Losing 800us to PCIe latency per Kernel launch Looking for tweaks and optimizations to minimize PCIe

I have been using the NVIDIA Compute Visual Profiler to monitor and measure CUDA calls and timing. I am losing 800 us after each CUDA cuLaunchGrid call. I have looked at my own code and many of the SDK examples. It is always the same, there is about 800 us of idle or lost time after kernel launches, whereas there is only 5 to 20 us of idle or lost time after memory transfers. Can anyone say for sure the root-cause of this lost time? More importantly can anyone suggest ways to tweak my system to minimize this lost time? It is puzzling to me why the kernel launches lose so much more time than memory transfers.
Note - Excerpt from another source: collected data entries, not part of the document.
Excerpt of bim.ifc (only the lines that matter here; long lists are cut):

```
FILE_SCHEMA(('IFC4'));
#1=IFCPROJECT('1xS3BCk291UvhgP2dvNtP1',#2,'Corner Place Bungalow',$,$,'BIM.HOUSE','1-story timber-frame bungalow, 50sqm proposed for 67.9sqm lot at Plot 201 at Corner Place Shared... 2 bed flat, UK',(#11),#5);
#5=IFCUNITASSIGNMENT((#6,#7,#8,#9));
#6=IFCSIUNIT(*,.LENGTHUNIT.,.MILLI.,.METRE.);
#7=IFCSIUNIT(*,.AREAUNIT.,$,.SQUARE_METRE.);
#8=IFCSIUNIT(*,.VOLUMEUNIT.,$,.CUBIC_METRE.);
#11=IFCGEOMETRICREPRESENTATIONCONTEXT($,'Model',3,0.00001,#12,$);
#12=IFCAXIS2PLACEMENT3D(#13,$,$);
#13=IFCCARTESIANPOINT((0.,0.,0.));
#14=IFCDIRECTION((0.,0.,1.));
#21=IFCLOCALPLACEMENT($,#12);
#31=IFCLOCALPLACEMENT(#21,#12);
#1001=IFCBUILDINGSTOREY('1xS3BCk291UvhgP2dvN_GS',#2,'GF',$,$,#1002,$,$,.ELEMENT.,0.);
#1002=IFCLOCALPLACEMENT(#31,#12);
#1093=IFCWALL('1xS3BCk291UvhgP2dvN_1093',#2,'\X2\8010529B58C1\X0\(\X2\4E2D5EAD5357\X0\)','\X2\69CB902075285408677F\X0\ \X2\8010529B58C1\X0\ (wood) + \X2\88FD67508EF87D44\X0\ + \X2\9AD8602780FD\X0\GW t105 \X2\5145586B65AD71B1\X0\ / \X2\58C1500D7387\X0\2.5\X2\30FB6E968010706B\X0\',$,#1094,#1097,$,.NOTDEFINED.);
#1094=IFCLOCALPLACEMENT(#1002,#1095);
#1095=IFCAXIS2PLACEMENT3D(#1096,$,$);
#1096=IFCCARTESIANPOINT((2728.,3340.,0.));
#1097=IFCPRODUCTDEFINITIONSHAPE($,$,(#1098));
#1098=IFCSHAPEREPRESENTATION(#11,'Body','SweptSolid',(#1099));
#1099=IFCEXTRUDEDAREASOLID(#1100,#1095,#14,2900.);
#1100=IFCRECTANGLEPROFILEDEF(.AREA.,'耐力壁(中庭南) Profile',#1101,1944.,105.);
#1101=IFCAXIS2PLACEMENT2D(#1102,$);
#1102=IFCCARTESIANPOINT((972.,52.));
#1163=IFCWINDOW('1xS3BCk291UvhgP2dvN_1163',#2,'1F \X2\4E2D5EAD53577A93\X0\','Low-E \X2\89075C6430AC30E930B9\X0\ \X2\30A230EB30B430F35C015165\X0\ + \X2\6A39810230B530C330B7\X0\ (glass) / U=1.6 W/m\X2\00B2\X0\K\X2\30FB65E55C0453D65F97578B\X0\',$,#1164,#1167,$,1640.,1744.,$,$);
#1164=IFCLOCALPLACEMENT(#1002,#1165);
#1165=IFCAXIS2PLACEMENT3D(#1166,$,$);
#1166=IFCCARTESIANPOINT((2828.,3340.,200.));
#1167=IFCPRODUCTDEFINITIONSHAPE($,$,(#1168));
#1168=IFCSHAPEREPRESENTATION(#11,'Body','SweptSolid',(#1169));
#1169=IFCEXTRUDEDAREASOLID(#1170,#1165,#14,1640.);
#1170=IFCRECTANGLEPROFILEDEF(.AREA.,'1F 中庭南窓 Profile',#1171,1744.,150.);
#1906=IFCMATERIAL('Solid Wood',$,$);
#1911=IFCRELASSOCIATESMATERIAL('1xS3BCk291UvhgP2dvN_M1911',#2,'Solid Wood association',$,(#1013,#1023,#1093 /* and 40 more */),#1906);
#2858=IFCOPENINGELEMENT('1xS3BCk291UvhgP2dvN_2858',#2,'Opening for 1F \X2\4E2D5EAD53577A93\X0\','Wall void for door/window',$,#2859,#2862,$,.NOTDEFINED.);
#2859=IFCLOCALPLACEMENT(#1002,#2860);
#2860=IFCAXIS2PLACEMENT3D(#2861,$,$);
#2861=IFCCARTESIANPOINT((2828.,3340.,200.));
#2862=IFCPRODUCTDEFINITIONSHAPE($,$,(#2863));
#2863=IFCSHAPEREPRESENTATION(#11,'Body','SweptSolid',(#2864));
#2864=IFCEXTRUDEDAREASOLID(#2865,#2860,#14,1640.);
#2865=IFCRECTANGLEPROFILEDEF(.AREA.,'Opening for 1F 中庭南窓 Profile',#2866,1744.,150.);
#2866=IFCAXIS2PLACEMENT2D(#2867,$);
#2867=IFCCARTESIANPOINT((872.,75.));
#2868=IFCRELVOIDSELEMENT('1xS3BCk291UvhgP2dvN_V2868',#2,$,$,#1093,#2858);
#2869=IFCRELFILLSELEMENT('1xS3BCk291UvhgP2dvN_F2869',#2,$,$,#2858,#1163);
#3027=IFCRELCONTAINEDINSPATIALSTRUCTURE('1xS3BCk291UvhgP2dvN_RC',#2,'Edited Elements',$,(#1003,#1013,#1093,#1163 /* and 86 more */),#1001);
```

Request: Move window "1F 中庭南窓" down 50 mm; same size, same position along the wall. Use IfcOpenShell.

```python
import numpy as np
import ifcopenshell
import ifcopenshell.api.geometry
import ifcopenshell.util.placement
import ifcopenshell.util.unit

model = ifcopenshell.open("bim.ifc")
unit_scale = ifcopenshell.util.unit.calculate_unit_scale(model)

window = model.by_id(1163)
opening = window.FillsVoids[0].RelatingOpeningElement
dz = -0.05 / unit_scale

shift = np.array([0.0, 0.0, dz])
# The window is not placed relative to its opening, so move both.
for product in (opening, window):
    matrix = ifcopenshell.util.placement.get_local_placement(product.ObjectPlacement)
    matrix[:3, 3] += shift
    ifcopenshell.api.geometry.edit_object_placement(model, product=product, matrix=matrix, is_si=False)

print(f"moved by {dz * unit_scale:+.3f} m")

model.write("bim-out.ifc")
```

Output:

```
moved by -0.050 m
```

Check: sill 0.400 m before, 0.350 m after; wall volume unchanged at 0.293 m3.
And looking at the timing charts in the Compute Visual Profiler, it does appear that the lost time happens after the kernel completes, not as setup time for preparing the launch.

I am using CUDA toolkit 3.2.16, video driver 260.93, Windows 7 Professional 64-bit, and I have both a GeForce GTX 580 and a Tesla C2050 (set to TCC mode) for CUDA processing, while using a GeForce 9800 GT for video. System hardware: Intel i7-960 (3.2 GHz), 12.0 GB RAM, EVGA X58 Classified 4-Way SLI.

I have a number of kernels that I am trying to launch in series, for example:
err = cuMemcpyHtoD((CUdeviceptr)cuda_in_ptr, host_in_ptr, in_block_size);
err = cuLaunchGrid(A_Kernel, 150, 1);
err = cuLaunchGrid(B_Kernel, 120, 1);
err = cuLaunchGrid(C_Kernel, 190, 1);
err = cuMemcpyDtoH (host_out_ptr, (CUdeviceptr)cuda_out_ptr, out_block_size);

With Compute Visual Profiler, I am observing the time it takes to do each of the above steps, and I am seeing large blocks of idle time between the Launch Grid’s.

For example:
Function _ Duration(us) _ Idle Time(us)
cuMemcpyHtoD ______ 1.2us ___ 8.29us
cuLaunchGrid(A) _____ 3.7us _ 789.74us
cuLaunchGrid(B) _ 11711.2us _ 780.65us
cuLaunchGrid(C )____ 41.9us _ 782.82us
cuMemcpyDtoH ______ 6.4us __ 21.01us

I observe almost identical results with both the Geforce GTX 580 and a Tesla C2050 (except with the GTX 580, the cuLaunchGrid(B) the duration is only 8683.1 us).

Waiting 770 to 820 us of idle time between kernel launches seems like a long time - it is about 20% of the above timeline.

I also tried cuLaunchGridAsync(…) into stream 0 and got the same sort of performance. And I read on another message discussion to try using cuStreamQuery(0); after the launch to avoid batching of the kernel launches, but got the same results also.

I also tried a number of the SDK samples and observed the same 800 us delays. In one example, each kernel took about 800 us to execute and then 800 us of idle time between kernel launches, so a full 50% was lost to idle time.

My questions are what is the source of the above delays (Windows 7 Professional OS, or waiting on PCIe latency, or something else) and more importantly, any suggestions on things to tweak to minimize these delays?

I’m seeing the same behaviour… Did you figure out if this is caused by the Visual Profiler’s statistics gathering, or if this large latency is also present during normal CUDA execution?